__Problem to solve__: Copy out the lines of the material that include the string "IFCGEOMETRICREPRESENTATIONCONTEXT".

__Data excerpts__:
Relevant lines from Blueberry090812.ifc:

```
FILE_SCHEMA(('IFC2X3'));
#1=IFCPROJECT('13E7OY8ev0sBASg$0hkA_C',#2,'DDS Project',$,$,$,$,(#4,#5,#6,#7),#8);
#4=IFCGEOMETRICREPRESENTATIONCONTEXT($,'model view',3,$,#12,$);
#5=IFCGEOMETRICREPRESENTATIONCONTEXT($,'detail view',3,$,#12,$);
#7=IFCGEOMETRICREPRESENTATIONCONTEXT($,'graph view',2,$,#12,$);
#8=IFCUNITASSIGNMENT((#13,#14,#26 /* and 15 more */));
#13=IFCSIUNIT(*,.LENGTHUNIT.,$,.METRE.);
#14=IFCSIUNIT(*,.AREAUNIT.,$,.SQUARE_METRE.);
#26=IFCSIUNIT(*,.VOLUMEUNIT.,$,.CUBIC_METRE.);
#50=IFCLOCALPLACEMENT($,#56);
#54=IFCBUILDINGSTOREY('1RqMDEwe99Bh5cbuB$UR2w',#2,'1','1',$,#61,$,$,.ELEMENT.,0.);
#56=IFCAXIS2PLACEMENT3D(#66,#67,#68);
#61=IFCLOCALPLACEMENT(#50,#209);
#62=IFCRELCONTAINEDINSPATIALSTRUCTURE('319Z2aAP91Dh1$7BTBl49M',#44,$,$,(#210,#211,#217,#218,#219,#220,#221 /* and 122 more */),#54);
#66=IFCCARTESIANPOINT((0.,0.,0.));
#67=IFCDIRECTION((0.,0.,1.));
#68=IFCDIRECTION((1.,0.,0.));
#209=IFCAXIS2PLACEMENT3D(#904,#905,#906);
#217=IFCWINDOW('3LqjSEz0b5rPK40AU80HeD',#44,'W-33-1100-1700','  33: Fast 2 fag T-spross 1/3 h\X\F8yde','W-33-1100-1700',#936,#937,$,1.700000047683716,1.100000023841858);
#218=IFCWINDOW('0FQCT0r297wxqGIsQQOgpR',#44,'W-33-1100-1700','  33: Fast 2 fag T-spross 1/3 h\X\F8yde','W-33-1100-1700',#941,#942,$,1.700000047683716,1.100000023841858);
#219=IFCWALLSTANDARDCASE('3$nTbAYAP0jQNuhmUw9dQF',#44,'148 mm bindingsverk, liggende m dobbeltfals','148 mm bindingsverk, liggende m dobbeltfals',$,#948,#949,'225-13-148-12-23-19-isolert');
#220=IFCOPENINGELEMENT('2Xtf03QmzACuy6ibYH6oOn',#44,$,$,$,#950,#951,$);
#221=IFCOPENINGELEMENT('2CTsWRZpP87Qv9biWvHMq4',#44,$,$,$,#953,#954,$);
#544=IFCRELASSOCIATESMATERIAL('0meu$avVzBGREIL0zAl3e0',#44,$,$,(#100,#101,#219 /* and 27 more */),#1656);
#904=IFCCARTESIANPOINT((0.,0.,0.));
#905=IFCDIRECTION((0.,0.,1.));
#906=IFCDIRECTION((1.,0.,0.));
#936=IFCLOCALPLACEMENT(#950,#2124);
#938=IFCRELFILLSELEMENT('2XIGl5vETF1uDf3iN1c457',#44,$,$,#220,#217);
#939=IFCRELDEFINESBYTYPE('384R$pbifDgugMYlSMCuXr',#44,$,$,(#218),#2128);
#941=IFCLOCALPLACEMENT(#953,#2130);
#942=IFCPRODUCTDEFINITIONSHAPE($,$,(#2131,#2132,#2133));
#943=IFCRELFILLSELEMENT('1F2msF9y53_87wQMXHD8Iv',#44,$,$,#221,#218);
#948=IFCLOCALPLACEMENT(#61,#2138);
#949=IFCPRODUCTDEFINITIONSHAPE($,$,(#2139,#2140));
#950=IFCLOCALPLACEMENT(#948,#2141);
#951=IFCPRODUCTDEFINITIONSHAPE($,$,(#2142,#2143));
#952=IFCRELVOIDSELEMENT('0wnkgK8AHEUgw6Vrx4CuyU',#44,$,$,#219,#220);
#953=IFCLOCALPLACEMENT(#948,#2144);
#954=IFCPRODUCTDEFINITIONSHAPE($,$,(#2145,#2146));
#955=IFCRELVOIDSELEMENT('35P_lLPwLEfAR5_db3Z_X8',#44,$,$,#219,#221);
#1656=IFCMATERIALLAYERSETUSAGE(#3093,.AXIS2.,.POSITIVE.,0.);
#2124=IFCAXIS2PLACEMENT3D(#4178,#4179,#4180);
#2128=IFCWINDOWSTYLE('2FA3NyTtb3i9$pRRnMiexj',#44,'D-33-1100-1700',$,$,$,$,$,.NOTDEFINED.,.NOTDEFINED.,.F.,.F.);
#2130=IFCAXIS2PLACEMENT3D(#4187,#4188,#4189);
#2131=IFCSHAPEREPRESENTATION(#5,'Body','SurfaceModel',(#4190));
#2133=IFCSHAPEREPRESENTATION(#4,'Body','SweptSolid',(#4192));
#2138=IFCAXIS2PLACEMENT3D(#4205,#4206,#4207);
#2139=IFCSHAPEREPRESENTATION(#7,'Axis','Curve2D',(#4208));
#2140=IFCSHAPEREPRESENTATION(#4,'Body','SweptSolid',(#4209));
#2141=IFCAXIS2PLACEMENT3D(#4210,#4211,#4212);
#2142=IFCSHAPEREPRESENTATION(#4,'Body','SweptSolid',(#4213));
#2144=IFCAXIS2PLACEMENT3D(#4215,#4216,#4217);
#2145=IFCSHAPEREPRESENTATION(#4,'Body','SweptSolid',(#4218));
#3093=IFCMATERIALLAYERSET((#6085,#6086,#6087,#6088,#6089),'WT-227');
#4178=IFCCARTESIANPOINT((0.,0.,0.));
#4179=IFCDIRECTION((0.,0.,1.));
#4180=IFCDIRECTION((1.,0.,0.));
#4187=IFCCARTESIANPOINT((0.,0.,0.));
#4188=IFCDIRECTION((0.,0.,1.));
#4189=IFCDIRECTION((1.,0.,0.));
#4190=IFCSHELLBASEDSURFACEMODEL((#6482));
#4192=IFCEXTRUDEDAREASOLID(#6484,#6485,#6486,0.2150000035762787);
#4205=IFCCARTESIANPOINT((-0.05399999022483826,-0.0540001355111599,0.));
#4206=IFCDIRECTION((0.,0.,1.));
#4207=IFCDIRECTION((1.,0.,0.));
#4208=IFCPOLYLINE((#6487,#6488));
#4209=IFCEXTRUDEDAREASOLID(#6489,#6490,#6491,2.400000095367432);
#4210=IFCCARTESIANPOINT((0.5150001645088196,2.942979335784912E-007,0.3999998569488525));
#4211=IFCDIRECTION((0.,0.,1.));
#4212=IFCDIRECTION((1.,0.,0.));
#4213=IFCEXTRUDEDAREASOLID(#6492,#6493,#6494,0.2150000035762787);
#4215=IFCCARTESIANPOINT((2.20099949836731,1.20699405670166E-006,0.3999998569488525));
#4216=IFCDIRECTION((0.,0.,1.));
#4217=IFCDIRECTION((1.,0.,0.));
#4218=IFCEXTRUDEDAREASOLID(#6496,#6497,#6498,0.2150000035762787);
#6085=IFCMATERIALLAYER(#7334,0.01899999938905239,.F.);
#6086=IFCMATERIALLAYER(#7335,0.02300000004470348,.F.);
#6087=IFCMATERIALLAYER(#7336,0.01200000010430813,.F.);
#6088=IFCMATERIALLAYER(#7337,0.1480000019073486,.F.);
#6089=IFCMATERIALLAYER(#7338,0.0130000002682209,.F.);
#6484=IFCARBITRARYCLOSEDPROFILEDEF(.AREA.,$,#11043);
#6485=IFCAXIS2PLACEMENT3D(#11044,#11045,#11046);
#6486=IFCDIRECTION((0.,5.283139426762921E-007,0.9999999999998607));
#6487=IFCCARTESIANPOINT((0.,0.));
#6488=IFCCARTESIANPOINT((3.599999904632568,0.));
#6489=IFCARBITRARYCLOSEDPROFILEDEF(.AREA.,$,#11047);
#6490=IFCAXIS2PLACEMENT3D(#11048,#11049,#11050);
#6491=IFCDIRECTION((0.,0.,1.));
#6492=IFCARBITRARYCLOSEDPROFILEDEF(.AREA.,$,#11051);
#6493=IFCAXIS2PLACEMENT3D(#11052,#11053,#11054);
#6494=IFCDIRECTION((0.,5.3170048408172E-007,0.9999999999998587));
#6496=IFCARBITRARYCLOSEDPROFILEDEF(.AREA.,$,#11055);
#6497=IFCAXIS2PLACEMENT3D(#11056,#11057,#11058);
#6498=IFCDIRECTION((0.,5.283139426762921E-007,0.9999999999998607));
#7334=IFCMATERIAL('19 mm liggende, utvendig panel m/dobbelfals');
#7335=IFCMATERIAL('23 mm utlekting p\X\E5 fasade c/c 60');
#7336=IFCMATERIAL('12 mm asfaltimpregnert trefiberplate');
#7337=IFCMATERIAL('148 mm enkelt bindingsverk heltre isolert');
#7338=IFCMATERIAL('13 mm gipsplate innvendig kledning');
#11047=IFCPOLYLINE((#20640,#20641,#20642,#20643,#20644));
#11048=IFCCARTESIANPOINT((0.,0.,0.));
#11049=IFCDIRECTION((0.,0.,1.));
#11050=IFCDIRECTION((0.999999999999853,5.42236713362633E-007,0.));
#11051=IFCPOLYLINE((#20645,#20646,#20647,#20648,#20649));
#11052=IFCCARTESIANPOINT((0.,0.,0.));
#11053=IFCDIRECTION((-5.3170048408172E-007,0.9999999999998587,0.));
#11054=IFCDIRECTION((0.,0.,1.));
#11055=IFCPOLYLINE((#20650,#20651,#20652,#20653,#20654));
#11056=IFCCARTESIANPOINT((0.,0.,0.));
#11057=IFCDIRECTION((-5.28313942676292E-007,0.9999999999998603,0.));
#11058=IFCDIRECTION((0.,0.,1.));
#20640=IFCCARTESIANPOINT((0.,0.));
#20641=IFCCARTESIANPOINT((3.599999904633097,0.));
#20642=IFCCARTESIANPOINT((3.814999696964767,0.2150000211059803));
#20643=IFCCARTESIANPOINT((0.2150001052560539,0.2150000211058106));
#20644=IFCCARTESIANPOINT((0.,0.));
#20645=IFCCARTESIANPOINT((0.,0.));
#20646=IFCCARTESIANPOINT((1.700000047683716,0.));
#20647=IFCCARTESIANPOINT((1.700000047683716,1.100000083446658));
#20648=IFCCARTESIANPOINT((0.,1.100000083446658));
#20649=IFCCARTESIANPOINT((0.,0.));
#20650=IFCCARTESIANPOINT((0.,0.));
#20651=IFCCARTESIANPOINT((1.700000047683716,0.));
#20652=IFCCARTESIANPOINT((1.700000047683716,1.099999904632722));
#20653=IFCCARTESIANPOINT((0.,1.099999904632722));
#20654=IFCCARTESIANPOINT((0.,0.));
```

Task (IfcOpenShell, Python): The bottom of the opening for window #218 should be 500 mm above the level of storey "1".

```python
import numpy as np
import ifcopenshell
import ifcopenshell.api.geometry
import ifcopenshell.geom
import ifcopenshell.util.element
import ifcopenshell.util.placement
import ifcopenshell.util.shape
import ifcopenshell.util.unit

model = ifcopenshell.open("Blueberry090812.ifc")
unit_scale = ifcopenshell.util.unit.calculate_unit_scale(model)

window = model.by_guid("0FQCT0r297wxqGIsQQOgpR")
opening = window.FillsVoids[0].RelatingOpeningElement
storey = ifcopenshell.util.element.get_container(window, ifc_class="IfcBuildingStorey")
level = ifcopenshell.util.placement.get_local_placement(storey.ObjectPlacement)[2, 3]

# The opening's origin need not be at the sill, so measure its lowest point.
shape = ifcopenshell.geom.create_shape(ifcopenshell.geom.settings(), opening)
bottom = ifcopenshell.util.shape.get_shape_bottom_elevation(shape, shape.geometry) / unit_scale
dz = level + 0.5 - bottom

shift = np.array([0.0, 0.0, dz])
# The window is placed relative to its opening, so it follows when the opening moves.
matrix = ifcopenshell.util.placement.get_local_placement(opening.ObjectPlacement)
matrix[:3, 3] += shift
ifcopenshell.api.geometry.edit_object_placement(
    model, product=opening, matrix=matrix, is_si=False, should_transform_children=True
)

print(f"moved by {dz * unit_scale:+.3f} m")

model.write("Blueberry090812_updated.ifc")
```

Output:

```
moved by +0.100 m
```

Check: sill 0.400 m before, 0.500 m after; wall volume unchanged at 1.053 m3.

__Response to this exercise__:
#4=IFCGEOMETRICREPRESENTATIONCONTEXT($,'model view',3,$,#12,$);
#5=IFCGEOMETRICREPRESENTATIONCONTEXT($,'detail view',3,$,#12,$);
#7=IFCGEOMETRICREPRESENTATIONCONTEXT($,'graph view',2,$,#12,$);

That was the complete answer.